:: Assigned task ::
Line filter on the word "IFCRELASSOCIATESMATERIAL": copy each matching line from the entries.

:: Exercise materials

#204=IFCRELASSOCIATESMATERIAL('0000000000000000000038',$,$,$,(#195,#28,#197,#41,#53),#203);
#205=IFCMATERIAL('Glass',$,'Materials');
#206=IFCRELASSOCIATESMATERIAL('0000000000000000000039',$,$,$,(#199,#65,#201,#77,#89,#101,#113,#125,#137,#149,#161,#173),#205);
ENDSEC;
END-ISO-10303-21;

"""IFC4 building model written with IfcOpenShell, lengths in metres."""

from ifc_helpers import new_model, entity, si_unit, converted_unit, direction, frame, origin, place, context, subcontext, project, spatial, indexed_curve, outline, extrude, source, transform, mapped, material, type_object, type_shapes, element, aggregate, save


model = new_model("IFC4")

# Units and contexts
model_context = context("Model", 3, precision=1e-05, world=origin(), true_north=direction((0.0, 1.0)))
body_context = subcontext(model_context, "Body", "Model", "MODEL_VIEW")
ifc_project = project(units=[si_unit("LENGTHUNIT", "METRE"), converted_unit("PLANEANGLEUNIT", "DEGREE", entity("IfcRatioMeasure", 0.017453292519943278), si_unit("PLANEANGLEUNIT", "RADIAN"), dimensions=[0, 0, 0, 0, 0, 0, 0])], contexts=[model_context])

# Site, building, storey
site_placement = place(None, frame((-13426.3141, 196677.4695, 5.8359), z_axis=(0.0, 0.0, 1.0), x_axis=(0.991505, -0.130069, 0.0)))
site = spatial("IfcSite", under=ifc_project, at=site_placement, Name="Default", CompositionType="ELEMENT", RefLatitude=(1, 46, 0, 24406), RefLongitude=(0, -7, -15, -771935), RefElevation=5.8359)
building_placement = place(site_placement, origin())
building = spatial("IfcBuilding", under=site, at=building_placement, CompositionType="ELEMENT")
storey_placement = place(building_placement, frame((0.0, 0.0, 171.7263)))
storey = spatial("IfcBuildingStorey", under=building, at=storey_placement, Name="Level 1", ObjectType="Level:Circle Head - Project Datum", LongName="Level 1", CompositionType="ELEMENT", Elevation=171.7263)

::::

:: Reply ::
#204=IFCRELASSOCIATESMATERIAL('0000000000000000000038',$,$,$,(#195,#28,#197,#41,#53),#203);
#206=IFCRELASSOCIATESMATERIAL('0000000000000000000039',$,$,$,(#199,#65,#201,#77,#89,#101,#113,#125,#137,#149,#161,#173),#205);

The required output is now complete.